[WORK TASK]: Copy out the full set of records. Keep every word the same.

*** Opening SOURCE MATERIAL ***

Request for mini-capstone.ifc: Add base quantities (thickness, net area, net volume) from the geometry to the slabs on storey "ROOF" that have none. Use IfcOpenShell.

First a look at what the model holds.

```python
import ifcopenshell
import ifcopenshell.util.element
import ifcopenshell.util.unit

model = ifcopenshell.open("mini-capstone.ifc")
print(model.schema)
for unit_type in ("LENGTHUNIT", "AREAUNIT", "VOLUMEUNIT"):
    print(unit_type, ifcopenshell.util.unit.calculate_unit_scale(model, unit_type))
storey = next(s for s in model.by_type("IfcBuildingStorey") if s.Name == "ROOF")
slabs = [e for e in ifcopenshell.util.element.get_decomposition(storey) if e.is_a("IfcSlab")]
for e in sorted(slabs, key=lambda e: e.id()):
    print(e.id(), e.is_a(), e.Name, list(ifcopenshell.util.element.get_psets(e, qtos_only=True)), sep=" | ")
```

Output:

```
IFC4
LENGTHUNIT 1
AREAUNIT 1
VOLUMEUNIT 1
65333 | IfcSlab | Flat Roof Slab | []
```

```python
import ifcopenshell
import ifcopenshell.api.pset
import ifcopenshell.geom
import ifcopenshell.util.element
import ifcopenshell.util.shape
import ifcopenshell.util.unit

model = ifcopenshell.open("mini-capstone.ifc")
unit_scale = ifcopenshell.util.unit.calculate_unit_scale(model)
area_scale = ifcopenshell.util.unit.calculate_unit_scale(model, "AREAUNIT")
volume_scale = ifcopenshell.util.unit.calculate_unit_scale(model, "VOLUMEUNIT")
settings = ifcopenshell.geom.settings()

storey = next(s for s in model.by_type("IfcBuildingStorey") if s.Name == "ROOF")
slabs = [e for e in ifcopenshell.util.element.get_decomposition(storey) if e.is_a("IfcSlab")]

for e in sorted(slabs, key=lambda e: e.id()):
    if ifcopenshell.util.element.get_psets(e, qtos_only=True, should_inherit=False):
        continue
    # Geometry comes back in metres, in the element's own axes.
    shape = ifcopenshell.geom.create_shape(settings, e)
    values = {
        "Width": ifcopenshell.util.shape.get_z(shape.geometry) / unit_scale,
        "NetArea": ifcopenshell.util.shape.get_footprint_area(shape.geometry) / area_scale,
        "NetVolume": ifcopenshell.util.shape.get_volume(shape.geometry) / volume_scale,
    }
    qto = ifcopenshell.api.pset.add_qto(model, product=e, name="Qto_SlabBaseQuantities")
    ifcopenshell.api.pset.edit_qto(model, qto=qto, properties=values)
    print(e.id(), {k: round(v, 3) for k, v in values.items()})

model.write("mini-capstone-out.ifc")
```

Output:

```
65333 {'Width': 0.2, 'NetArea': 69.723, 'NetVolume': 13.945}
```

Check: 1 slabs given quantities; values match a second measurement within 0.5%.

*** Closing SOURCE MATERIAL ***

[SOLUTION TO THE PROBLEM]:
Request for mini-capstone.ifc: Add base quantities (thickness, net area, net volume) from the geometry to the slabs on storey "ROOF" that have none. Use IfcOpenShell.

First a look at what the model holds.

```python
import ifcopenshell
import ifcopenshell.util.element
import ifcopenshell.util.unit

model = ifcopenshell.open("mini-capstone.ifc")
print(model.schema)
for unit_type in ("LENGTHUNIT", "AREAUNIT", "VOLUMEUNIT"):
    print(unit_type, ifcopenshell.util.unit.calculate_unit_scale(model, unit_type))
storey = next(s for s in model.by_type("IfcBuildingStorey") if s.Name == "ROOF")
slabs = [e for e in ifcopenshell.util.element.get_decomposition(storey) if e.is_a("IfcSlab")]
for e in sorted(slabs, key=lambda e: e.id()):
    print(e.id(), e.is_a(), e.Name, list(ifcopenshell.util.element.get_psets(e, qtos_only=True)), sep=" | ")
```

Output:

```
IFC4
LENGTHUNIT 1
AREAUNIT 1
VOLUMEUNIT 1
65333 | IfcSlab | Flat Roof Slab | []
```

```python
import ifcopenshell
import ifcopenshell.api.pset
import ifcopenshell.geom
import ifcopenshell.util.element
import ifcopenshell.util.shape
import ifcopenshell.util.unit

model = ifcopenshell.open("mini-capstone.ifc")
unit_scale = ifcopenshell.util.unit.calculate_unit_scale(model)
area_scale = ifcopenshell.util.unit.calculate_unit_scale(model, "AREAUNIT")
volume_scale = ifcopenshell.util.unit.calculate_unit_scale(model, "VOLUMEUNIT")
settings = ifcopenshell.geom.settings()

storey = next(s for s in model.by_type("IfcBuildingStorey") if s.Name == "ROOF")
slabs = [e for e in ifcopenshell.util.element.get_decomposition(storey) if e.is_a("IfcSlab")]

for e in sorted(slabs, key=lambda e: e.id()):
    if ifcopenshell.util.element.get_psets(e, qtos_only=True, should_inherit=False):
        continue
    # Geometry comes back in metres, in the element's own axes.
    shape = ifcopenshell.geom.create_shape(settings, e)
    values = {
        "Width": ifcopenshell.util.shape.get_z(shape.geometry) / unit_scale,
        "NetArea": ifcopenshell.util.shape.get_footprint_area(shape.geometry) / area_scale,
        "NetVolume": ifcopenshell.util.shape.get_volume(shape.geometry) / volume_scale,
    }
    qto = ifcopenshell.api.pset.add_qto(model, product=e, name="Qto_SlabBaseQuantities")
    ifcopenshell.api.pset.edit_qto(model, qto=qto, properties=values)
    print(e.id(), {k: round(v, 3) for k, v in values.items()})

model.write("mini-capstone-out.ifc")
```

Output:

```
65333 {'Width': 0.2, 'NetArea': 69.723, 'NetVolume': 13.945}
```

Check: 1 slabs given quantities; values match a second measurement within 0.5%.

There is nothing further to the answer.